What to do: Search the listing for the string "IFCLOCALPLACEMENT". Copy every line that has it.

Excerpted records:
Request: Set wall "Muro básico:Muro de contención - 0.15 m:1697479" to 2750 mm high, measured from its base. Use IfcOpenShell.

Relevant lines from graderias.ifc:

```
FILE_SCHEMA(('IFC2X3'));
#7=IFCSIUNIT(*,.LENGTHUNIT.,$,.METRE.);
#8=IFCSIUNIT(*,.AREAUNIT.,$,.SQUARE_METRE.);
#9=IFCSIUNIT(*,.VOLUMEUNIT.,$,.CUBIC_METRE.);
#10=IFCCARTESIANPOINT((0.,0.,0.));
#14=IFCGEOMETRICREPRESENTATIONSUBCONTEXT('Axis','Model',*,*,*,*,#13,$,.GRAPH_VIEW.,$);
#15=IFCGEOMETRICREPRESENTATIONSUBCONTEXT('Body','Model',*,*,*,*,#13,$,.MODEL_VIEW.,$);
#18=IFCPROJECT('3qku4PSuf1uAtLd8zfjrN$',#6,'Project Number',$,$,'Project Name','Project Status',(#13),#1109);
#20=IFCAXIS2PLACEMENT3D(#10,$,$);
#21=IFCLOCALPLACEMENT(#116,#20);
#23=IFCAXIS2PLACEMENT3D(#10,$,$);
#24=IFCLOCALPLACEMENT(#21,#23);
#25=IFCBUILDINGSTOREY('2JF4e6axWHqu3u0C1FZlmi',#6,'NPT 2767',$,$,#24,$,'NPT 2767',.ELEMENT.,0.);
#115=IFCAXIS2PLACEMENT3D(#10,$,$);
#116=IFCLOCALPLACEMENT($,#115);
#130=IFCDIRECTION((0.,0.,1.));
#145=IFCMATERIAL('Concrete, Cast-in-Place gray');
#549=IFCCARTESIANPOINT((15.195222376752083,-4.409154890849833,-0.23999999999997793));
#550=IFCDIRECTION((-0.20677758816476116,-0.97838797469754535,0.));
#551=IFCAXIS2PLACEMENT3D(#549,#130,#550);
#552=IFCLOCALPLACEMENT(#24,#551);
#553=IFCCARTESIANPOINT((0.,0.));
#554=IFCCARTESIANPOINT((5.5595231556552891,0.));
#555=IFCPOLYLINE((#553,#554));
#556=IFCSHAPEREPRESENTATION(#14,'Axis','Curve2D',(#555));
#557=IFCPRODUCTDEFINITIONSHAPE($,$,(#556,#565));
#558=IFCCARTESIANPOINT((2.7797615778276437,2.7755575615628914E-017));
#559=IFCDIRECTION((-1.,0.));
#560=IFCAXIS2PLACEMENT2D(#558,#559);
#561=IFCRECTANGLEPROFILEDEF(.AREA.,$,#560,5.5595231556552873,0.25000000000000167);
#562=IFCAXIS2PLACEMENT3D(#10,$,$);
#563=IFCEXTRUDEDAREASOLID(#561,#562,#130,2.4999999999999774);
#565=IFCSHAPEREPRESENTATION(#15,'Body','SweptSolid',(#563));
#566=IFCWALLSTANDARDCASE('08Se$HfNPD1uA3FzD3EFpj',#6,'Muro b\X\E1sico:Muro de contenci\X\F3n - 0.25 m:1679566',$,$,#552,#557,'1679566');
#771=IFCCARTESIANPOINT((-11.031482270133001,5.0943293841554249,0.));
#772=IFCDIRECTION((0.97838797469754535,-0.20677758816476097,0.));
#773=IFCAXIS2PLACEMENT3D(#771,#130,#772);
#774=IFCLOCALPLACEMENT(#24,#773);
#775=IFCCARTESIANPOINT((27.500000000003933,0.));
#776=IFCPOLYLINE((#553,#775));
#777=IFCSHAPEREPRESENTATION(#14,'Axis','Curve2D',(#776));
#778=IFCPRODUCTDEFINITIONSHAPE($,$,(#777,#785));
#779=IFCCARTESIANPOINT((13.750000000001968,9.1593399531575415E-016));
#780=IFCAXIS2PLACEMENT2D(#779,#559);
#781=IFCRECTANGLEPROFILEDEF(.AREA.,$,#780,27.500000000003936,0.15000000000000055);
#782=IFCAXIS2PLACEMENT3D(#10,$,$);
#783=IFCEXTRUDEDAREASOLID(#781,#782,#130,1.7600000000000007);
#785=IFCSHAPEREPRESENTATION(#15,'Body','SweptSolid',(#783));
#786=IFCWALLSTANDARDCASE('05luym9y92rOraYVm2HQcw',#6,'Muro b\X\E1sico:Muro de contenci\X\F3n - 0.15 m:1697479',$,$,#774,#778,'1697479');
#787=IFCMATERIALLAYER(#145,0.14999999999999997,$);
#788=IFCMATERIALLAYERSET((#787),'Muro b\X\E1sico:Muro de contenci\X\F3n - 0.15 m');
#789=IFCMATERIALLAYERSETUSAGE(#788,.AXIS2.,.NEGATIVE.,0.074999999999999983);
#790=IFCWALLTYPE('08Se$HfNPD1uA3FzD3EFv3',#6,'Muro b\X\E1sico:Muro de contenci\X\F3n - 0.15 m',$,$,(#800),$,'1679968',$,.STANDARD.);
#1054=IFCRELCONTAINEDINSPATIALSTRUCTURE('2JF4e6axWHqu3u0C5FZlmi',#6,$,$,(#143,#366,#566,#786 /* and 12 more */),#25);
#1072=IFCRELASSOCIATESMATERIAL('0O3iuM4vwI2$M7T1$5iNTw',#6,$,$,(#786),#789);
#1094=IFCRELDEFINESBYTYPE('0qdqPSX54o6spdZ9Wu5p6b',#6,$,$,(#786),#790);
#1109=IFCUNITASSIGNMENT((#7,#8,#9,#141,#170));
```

```python
import ifcopenshell
import ifcopenshell.geom
import ifcopenshell.util.representation
import ifcopenshell.util.shape
import ifcopenshell.util.unit

model = ifcopenshell.open("graderias.ifc")
unit_scale = ifcopenshell.util.unit.calculate_unit_scale(model)
settings = ifcopenshell.geom.settings()


def volume(element):
    """Net volume in cubic metres, openings subtracted."""
    shape = ifcopenshell.geom.create_shape(settings, element)
    return ifcopenshell.util.shape.get_volume(shape.geometry)


wall = model.by_guid("05luym9y92rOraYVm2HQcw")
before = volume(wall)

body = ifcopenshell.util.representation.get_representation(wall, "Model", "Body")
solid = body.Items[0]
old_height = solid.Depth
solid.Depth = 2.75 / unit_scale
after = volume(wall)

print(f"height {old_height:g} -> {solid.Depth:g}, volume {before:.3f} -> {after:.3f} m3")

model.write("graderias_updated.ifc")
```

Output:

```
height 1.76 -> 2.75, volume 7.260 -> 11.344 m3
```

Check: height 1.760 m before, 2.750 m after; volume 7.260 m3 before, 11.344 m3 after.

Reply to the exercise:
#21=IFCLOCALPLACEMENT(#116,#20);
#24=IFCLOCALPLACEMENT(#21,#23);
#116=IFCLOCALPLACEMENT($,#115);
#552=IFCLOCALPLACEMENT(#24,#551);
#774=IFCLOCALPLACEMENT(#24,#773);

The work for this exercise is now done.